Il résulte de tout ce qui précède que la société Free est fondée à demander l’annulation de l’arrêté du 27 juin 2024 par lequel le maire de La Celle Saint-Cloud s’est opposé à sa déclaration préalable de travaux ainsi que de la décision portant rejet implicite de son recours gracieux dirigé contre cet arrêté.
Sur les conclusions à fin d’injonction sous astreinte :
Le présent jugement, qui prononce l’annulation de l’arrêté du 27 juin 2024 portant retrait de la décision tacite de non-opposition à déclaration préalable intervenue à l’expiration du délai d’instruction de la demande, le 29 juin 2024, a pour effet de faire renaître cette dernière décision. Il n’y a dès lors pas lieu, dans les circonstances de l’espèce, de faire droit aux conclusions à fin d’injonction sous astreinte de la requérante.

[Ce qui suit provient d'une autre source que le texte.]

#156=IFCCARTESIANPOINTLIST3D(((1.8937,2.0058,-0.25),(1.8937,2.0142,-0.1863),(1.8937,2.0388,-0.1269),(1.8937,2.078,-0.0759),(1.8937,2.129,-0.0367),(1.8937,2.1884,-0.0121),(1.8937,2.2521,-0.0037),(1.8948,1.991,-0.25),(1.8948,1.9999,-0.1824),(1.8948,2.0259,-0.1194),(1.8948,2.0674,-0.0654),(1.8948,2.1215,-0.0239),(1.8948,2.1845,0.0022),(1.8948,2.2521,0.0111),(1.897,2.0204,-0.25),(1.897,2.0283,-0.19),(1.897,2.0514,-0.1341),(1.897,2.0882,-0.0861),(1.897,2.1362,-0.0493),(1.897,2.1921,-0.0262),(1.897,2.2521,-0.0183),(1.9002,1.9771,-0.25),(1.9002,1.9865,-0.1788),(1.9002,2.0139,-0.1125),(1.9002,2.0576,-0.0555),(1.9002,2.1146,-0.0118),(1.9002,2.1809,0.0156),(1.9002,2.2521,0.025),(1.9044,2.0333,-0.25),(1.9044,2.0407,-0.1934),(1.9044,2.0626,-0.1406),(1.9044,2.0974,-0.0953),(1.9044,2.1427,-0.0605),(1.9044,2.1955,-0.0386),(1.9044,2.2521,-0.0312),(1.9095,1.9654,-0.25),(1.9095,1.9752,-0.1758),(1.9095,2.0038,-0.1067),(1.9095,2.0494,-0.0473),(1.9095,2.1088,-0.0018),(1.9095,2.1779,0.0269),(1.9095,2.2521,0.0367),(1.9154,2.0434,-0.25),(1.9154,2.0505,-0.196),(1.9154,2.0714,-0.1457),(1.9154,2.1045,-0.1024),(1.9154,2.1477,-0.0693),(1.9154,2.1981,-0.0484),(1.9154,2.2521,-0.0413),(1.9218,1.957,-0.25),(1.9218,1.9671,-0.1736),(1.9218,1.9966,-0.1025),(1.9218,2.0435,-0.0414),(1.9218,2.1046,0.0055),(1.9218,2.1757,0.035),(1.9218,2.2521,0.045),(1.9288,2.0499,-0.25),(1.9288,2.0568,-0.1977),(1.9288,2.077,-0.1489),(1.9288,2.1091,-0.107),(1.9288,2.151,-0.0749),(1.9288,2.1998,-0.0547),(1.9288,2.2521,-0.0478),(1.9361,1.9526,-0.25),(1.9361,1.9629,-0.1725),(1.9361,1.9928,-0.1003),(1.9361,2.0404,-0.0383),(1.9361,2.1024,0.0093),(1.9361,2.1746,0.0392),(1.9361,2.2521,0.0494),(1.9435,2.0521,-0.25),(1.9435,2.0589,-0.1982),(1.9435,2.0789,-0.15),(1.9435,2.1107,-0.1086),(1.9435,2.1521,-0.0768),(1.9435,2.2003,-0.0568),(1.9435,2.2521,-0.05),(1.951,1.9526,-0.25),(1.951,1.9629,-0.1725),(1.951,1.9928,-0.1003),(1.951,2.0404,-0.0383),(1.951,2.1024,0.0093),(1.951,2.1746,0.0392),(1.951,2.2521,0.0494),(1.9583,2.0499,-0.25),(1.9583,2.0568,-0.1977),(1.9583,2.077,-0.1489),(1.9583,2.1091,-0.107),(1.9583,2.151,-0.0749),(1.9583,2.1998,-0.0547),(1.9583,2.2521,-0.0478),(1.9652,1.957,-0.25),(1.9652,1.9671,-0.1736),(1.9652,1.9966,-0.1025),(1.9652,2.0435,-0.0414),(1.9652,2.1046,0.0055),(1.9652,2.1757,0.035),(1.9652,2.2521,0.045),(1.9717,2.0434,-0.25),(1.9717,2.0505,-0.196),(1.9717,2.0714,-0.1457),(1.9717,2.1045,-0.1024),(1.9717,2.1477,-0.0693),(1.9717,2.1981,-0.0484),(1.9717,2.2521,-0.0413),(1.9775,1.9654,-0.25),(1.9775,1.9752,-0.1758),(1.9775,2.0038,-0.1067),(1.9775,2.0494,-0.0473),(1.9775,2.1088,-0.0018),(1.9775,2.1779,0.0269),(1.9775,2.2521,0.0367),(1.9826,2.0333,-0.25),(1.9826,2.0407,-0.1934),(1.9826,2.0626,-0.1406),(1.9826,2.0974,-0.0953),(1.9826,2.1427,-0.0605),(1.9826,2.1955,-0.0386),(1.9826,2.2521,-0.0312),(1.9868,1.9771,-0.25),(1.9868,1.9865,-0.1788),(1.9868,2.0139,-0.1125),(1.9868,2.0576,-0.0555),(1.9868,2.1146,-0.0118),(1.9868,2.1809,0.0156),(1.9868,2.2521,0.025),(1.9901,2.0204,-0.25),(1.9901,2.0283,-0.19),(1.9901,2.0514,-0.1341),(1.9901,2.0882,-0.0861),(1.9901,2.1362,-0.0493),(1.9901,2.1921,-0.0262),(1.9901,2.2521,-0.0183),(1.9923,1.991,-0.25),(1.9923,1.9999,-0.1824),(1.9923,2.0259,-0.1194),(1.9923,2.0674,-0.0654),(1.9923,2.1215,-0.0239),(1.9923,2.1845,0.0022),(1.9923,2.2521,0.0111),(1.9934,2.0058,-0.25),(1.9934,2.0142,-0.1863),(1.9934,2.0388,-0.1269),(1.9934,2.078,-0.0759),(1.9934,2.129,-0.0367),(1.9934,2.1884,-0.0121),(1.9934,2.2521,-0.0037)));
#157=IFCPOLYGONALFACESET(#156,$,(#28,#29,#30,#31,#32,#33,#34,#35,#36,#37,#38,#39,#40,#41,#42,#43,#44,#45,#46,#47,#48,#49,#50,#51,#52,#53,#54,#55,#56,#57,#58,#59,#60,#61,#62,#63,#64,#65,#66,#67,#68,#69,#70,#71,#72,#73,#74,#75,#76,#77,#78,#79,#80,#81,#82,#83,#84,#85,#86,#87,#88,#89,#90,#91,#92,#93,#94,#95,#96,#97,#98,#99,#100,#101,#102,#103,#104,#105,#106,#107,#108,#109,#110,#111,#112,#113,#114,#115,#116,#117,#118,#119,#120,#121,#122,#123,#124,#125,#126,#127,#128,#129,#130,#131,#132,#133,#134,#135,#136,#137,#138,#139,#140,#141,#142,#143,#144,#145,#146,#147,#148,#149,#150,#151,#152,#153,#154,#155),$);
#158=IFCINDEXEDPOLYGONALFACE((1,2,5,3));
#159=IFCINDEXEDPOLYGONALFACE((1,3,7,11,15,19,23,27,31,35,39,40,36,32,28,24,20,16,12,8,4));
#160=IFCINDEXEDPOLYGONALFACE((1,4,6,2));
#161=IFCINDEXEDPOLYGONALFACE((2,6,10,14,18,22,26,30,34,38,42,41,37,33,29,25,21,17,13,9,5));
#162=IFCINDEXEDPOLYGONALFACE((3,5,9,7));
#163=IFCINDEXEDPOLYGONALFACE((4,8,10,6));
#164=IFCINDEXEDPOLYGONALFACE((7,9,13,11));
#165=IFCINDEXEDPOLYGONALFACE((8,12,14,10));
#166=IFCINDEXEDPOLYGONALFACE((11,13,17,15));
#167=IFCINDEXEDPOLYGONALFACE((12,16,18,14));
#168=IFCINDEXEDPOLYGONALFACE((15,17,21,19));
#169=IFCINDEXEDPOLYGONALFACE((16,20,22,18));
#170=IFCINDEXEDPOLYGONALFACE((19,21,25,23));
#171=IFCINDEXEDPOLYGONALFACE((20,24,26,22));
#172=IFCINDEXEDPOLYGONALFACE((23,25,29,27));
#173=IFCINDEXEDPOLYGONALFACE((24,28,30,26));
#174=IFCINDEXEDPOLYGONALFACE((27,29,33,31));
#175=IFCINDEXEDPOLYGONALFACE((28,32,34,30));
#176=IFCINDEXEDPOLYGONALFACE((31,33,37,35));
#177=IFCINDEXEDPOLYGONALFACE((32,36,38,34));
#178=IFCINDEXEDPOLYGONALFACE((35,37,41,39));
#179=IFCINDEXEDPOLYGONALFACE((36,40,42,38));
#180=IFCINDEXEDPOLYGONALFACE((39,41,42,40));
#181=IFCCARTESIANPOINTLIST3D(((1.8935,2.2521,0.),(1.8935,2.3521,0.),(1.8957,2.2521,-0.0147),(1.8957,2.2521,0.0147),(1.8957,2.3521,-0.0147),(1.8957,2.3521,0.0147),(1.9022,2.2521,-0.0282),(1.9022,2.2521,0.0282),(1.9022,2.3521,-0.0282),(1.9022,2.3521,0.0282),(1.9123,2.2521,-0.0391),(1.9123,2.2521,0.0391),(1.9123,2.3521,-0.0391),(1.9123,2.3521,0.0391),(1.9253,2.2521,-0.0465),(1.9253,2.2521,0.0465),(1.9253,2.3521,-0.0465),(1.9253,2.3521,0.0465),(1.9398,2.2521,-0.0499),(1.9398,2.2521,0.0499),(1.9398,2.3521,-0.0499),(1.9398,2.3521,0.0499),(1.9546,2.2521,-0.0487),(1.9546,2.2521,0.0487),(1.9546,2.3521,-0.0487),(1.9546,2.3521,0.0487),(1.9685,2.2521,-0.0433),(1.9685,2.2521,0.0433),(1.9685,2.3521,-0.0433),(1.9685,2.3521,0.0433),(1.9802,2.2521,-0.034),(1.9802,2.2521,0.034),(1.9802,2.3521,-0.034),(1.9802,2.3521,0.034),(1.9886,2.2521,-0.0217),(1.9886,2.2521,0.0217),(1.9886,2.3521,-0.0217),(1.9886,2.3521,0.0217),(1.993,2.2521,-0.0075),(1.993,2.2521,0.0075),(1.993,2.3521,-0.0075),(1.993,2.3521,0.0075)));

Sur les frais liés au litige :
Il y a lieu, dans les circonstances de l’espèce, de mettre à la charge de la commune de La Celle Saint-Cloud une somme de 1 800 euros au titre des frais exposés par la société Free et non compris dans les dépens.
D É C I D E :
Article 1er : L’arrêté du 29 juin 2024 par lequel le maire de La Celle Saint-Cloud s’est opposé à la déclaration préalable de travaux de la société Free, ensemble la décision portant rejet implicite du recours gracieux dirigé contre cet arrêté, sont annulés.
Article 2 : La commune de La Celle Saint-Cloud versera à la société Free une somme de 1 800 euros en application des dispositions de l’article L. 761-1 du code de justice administrative.
Article 3 : Le surplus des conclusions de la requête est rejeté.
Article 4 : Le présent jugement sera notifié à la société Free et à la commune de La Celle Saint-Cloud.
Délibéré après l’audience du 28 avril 2026, à laquelle siégeaient :
M. Doré, président,
Mme Benoit, première conseillère,
Mme Hardy, première conseillère.
Rendu public par mise à disposition au greffe le 12 mai 2026.
La rapporteure,
signé
M. Hardy
Le président,
signé
F. Doré
La greffière,
signé
S. Paulin
La République mande et ordonne au préfet des Yvelines, en ce qui le concerne, ou à tous commissaires de justice à ce requis en ce qui concerne les voies de droit commun contre les parties privées, de pourvoir à l’exécution de la présente décision.